這樣的想法讓賀穆蘭抑制不住的陷入低沉之中,以至於袁放已經答應了她會回到袁家鄔壁“篡位”再歸附魏國,都無法讓她從這種低沉之中恢復過來。

“花將軍,你還好嗎?”寇逸之用一種擔憂的神色看著她,“總感覺你下一刻就會暈過去似的。”

“沒事,我只是被袁家的事情弄的頭腦有些迷糊……”賀穆蘭嘆了一口氣,“即使袁放答應歸順魏國,我依然對這件事擔心不已。如果他一回到袁家鄔壁就突然反悔,又把那些得病的人送出去怎麽辦?如果他鬥不過袁宗主反被殺了怎麽辦……”

“一想到這些,我就覺得實在是頭疼的很。”

“所以,我們要想法子將袁化的命保住。”寇逸之淡淡一笑:“我也一定會想辦法將他的命保住。袁放是匹野馬,而袁化就是鎖住他野性的籠頭。”

“籠頭嗎?就不知道袁喆的籠頭在哪兒。”

賀穆蘭冷笑。

“良知是野心的籠頭,可從現在看來,這位家主似乎是把籠頭給丟了。

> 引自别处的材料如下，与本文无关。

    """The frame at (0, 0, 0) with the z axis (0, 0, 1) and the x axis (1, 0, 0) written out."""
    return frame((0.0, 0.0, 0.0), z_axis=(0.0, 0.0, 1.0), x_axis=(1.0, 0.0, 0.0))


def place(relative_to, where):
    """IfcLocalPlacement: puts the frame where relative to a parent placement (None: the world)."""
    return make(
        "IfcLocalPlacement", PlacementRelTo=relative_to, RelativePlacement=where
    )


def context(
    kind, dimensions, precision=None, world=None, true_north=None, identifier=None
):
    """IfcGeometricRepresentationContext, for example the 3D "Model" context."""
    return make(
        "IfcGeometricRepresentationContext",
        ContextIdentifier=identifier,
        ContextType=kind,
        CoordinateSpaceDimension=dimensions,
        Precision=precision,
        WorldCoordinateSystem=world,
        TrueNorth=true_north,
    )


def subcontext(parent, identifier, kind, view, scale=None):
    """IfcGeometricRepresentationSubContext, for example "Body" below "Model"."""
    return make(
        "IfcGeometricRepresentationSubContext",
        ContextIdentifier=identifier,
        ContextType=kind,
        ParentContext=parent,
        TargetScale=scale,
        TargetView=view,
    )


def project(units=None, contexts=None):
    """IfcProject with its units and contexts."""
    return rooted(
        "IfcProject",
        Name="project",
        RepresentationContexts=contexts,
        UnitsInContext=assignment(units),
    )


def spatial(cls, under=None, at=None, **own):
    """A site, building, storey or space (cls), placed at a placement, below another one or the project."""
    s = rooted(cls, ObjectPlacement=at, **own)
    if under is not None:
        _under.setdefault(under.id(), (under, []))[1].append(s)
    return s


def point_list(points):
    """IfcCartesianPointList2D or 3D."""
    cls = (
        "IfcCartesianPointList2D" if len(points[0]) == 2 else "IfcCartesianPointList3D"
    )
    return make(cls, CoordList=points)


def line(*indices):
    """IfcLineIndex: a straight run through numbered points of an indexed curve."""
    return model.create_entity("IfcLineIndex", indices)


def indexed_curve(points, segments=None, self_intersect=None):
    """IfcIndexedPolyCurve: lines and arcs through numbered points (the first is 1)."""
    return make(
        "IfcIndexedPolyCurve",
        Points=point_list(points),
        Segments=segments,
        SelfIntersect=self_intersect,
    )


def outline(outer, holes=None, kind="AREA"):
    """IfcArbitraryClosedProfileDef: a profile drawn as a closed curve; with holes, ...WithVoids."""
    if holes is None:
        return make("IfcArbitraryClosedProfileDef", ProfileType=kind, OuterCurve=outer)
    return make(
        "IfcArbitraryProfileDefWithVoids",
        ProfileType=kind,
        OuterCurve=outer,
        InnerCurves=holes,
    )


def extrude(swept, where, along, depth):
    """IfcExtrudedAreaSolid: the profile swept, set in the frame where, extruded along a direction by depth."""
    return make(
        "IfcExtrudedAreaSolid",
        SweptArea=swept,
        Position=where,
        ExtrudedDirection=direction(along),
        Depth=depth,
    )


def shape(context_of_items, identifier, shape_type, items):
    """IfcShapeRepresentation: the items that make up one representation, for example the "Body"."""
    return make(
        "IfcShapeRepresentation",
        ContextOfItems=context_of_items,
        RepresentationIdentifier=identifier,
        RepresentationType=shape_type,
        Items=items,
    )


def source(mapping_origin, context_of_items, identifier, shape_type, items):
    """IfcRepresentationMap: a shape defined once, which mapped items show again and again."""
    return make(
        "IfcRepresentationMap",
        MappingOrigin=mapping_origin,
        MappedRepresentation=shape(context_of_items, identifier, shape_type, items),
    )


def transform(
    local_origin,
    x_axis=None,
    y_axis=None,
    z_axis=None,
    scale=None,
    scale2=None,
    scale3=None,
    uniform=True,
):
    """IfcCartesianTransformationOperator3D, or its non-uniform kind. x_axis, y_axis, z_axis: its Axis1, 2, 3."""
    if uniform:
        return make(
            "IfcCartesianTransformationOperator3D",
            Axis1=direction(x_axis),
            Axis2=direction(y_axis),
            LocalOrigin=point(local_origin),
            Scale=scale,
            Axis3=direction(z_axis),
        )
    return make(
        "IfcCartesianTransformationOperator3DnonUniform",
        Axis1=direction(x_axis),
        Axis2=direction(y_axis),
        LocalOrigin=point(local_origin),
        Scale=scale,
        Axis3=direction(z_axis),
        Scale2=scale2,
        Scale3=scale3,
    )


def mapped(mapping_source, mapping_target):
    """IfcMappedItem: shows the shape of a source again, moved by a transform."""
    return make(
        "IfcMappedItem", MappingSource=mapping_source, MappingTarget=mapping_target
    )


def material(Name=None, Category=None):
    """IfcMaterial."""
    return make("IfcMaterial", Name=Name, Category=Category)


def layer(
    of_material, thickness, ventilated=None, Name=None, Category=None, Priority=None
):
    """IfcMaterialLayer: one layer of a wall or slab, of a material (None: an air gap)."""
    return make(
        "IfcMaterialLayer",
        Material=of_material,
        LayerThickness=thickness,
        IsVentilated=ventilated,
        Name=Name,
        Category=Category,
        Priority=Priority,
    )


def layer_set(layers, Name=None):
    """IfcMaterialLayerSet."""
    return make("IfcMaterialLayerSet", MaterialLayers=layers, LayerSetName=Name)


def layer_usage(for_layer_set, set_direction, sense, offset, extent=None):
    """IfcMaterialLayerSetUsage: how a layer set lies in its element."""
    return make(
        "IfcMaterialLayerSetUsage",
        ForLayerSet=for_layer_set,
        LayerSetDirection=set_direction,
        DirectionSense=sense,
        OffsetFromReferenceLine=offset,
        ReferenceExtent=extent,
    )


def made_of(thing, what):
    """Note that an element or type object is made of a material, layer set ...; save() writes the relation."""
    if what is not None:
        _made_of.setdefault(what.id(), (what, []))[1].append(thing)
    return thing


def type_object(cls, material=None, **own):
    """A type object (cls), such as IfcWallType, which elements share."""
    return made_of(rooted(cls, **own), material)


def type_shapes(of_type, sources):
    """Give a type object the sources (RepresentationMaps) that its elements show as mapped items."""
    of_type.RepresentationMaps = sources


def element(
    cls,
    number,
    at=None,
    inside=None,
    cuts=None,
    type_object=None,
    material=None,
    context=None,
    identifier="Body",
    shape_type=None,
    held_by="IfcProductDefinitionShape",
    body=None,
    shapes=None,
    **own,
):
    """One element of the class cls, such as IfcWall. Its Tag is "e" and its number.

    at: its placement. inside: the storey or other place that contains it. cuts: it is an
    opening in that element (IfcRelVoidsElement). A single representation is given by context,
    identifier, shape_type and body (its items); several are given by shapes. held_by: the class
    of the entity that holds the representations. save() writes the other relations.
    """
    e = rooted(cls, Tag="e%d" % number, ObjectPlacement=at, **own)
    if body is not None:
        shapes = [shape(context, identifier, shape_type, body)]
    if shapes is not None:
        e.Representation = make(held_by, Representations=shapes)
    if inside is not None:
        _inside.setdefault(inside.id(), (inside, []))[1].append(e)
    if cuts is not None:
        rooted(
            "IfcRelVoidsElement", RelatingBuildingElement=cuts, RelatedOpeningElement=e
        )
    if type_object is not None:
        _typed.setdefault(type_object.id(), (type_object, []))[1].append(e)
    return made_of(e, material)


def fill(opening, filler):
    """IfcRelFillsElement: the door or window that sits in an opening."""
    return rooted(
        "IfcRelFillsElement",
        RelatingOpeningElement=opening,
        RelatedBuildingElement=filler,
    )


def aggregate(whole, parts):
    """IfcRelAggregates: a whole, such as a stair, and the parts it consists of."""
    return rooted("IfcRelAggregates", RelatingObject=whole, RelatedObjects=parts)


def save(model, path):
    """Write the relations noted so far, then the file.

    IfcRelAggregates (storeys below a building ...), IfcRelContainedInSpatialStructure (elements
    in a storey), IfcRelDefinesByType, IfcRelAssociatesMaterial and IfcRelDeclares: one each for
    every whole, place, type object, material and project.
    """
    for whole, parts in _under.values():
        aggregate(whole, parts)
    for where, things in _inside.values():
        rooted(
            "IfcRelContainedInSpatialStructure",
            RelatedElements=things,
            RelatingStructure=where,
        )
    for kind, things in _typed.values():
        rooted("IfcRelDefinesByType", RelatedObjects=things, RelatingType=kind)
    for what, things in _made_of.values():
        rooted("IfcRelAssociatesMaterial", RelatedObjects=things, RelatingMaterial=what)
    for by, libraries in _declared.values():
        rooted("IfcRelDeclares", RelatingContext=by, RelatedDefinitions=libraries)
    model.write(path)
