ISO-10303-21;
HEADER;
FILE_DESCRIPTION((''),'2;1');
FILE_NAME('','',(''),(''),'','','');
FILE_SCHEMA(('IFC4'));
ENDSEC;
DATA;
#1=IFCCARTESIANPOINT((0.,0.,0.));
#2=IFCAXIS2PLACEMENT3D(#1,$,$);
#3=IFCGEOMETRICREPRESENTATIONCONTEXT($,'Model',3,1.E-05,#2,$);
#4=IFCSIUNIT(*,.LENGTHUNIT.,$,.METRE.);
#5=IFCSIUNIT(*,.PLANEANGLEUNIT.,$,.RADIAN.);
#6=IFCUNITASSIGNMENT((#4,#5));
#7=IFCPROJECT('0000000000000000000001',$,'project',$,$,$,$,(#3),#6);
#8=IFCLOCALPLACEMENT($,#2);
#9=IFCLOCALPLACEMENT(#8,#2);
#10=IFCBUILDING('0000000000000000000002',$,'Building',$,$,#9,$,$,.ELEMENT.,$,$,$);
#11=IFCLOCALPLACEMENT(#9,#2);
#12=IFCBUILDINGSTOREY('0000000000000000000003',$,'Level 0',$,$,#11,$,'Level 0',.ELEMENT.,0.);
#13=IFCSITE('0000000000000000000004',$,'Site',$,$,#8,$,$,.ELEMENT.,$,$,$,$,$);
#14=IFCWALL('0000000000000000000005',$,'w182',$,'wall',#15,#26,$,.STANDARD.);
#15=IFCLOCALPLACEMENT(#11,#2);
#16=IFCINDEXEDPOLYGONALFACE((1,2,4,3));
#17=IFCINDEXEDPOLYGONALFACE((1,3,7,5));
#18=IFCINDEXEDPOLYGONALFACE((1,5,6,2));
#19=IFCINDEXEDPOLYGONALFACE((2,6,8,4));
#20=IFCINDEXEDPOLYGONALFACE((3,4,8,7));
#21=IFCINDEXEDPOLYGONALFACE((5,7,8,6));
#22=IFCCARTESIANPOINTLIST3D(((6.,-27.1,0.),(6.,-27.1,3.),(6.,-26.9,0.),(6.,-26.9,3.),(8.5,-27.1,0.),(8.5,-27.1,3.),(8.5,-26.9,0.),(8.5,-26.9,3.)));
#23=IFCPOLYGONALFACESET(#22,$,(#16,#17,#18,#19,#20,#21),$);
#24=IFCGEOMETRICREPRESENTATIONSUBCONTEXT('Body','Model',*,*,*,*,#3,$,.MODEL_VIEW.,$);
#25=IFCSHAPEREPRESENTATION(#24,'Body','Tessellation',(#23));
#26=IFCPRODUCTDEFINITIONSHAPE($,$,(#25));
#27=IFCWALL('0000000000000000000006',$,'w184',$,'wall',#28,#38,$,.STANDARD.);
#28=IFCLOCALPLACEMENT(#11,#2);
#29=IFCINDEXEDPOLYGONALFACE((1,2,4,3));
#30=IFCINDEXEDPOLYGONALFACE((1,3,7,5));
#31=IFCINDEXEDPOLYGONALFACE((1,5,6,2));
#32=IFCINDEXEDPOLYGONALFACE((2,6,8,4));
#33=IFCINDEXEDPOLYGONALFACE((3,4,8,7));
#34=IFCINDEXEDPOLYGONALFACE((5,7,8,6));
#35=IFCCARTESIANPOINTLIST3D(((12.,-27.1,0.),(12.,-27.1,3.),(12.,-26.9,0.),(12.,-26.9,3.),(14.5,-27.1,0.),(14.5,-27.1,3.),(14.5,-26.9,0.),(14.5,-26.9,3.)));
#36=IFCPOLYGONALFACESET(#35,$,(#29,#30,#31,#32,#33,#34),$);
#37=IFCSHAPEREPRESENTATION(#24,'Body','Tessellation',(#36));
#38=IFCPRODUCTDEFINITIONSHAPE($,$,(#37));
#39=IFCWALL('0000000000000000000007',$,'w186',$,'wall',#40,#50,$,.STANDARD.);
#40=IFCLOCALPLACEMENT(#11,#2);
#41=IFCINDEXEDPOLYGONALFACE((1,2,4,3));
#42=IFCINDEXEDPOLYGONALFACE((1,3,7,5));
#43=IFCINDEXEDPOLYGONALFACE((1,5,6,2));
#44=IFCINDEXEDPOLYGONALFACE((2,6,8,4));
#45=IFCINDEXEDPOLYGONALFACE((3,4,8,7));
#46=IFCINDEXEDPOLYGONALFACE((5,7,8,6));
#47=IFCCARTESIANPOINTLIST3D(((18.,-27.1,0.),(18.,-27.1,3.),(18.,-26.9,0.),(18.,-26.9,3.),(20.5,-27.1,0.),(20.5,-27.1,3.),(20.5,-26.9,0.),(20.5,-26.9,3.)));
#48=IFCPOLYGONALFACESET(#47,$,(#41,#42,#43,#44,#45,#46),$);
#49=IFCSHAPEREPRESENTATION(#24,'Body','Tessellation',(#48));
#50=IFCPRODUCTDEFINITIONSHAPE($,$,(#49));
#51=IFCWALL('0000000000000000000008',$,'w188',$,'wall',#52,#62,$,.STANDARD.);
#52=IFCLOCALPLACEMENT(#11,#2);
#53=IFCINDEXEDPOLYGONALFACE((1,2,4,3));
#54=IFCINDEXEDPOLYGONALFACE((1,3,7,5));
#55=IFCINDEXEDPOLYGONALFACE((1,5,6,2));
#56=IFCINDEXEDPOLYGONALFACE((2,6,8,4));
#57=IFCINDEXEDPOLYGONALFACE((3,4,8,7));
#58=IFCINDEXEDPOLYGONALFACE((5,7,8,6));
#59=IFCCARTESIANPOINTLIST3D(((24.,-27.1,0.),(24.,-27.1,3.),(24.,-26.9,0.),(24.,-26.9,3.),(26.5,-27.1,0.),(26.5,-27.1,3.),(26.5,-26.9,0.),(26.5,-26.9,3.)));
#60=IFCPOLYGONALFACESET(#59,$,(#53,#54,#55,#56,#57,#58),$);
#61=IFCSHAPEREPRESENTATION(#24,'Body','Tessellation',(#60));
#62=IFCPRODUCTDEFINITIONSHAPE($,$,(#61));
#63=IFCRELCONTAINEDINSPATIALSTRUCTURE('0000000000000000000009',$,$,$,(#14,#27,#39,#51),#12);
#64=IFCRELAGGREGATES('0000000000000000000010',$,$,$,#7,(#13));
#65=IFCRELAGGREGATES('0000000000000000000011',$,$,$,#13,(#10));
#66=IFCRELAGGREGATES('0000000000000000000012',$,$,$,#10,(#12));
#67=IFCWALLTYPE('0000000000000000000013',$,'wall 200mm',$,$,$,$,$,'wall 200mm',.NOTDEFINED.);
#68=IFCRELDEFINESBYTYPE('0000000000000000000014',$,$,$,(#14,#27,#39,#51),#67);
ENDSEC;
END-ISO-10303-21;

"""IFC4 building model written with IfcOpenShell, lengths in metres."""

from ifc_helpers import new_model, si_unit, frame, frame_2d, origin, place, context, subcontext, project, spatial, rectangle, extrude, type_object, element, save


model = new_model("IFC4")

# Units and contexts
model_context = context("Model", 3, precision=1e-05, world=origin())
body_context = subcontext(model_context, "Body", "Model", "MODEL_VIEW")
ifc_project = project(units=[si_unit("LENGTHUNIT", "METRE"), si_unit("PLANEANGLEUNIT", "RADIAN")], contexts=[model_context])

# Site, building, storey
site_placement = place(None, origin())
site = spatial("IfcSite", under=ifc_project, at=site_placement, Name="Site", CompositionType="ELEMENT")
building_placement = place(site_placement, origin())
building = spatial("IfcBuilding", under=site, at=building_placement, Name="Building", CompositionType="ELEMENT")
storey_placement = place(building_placement, origin())
storey = spatial("IfcBuildingStorey", under=building, at=storey_placement, Name="Level 0", LongName="Level 0", CompositionType="ELEMENT", Elevation=0.0)

# Walls
wall_type = type_object("IfcWallType", Name="wall 200mm", ElementType="wall 200mm", PredefinedType="NOTDEFINED")
for number, where, z_axis, x_axis, name in (
    (1, (6.0, -27.0, 0.0), (0.0, 0.0, 1.0), (1.0, 0.0, 0.0), "w182"),
    (2, (12.0, -27.0, 0.0), (0.0, 0.0, 1.0), (1.0, 0.0, 0.0), "w184"),
    (3, (18.0, -27.0, 0.0), (0.0, 0.0, 1.0), (1.0, 0.0, 0.0), "w186"),
    (4, (24.0, -27.0, 0.0), (0.0, 0.0, 1.0), (1.0, 0.0, 0.0), "w188"),
):
    element("IfcWall", number, at=place(storey_placement, frame(where, z_axis=z_axis, x_axis=x_axis)), inside=storey, type_object=wall_type, Name=name, ObjectType="wall", PredefinedType="STANDARD", context=body_context, shape_type="SweptSolid", body=[
        extrude(rectangle(XDim=2.5, YDim=0.2, at=frame_2d((1.25, 0.0))), origin(), (0.0, 0.0, 1.0), 3.0),
    ])

save(model, "model.ifc")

”寇逸之可惜地搖了搖頭。

“一切只有等著袁家鄔壁的變化了。”

賀穆蘭收起袁放的口供,這是賀穆蘭放走他之前逼他留下的。

這封口供裏記錄著袁家所做的一切,包括袁喆如何做這種慘無人道的“生化試驗”,袁放和袁化如何發現卻無法阻止,那些地道裏的可憐人裏甚至包括一位夏國的宗室郡主等等。

在這個名譽大於一切的時代,一旦這封信流傳出去,袁家瞬間就會身敗名裂,袁家的蔭戶會紛紛逃離、附庸其他宗主,袁家的家臣和家將會拋棄主公,整個陳郡的宗族也都會將他們當做瘟疫一般對待。

宗主的根本來自於“蔭戶”,一旦沒有了“蔭戶”,瞬間就會土崩瓦解。

更何況還有活生生的例子——已經染病的袁化被袁放報以巨大的希望留給了寇逸之治療,而寇逸之已經將自己帶來的幾十個道兵和道醫都召來了竹屋,日夜為他進行醫治。

賀穆蘭則派出去了陳節去調動大軍急行軍南下,薛安都也去整備所有能夠動用的豫州武力。

他們都對袁放做了最後的通牒:如果他不能成功,那魏國只有一條路走,那就是——血洗袁家,將袁家徹底焚燒為焦土。

只有這樣,才能保證最大的病源不會傳播出去。

而被所有人寄予希望的袁放,如今正領著一幹忠心於自己的家將和甲兵,準備著“造反”。

但袁喆聽到外面發出的動亂聲時,他知道自己最期望的那個兒子終於還是動了手。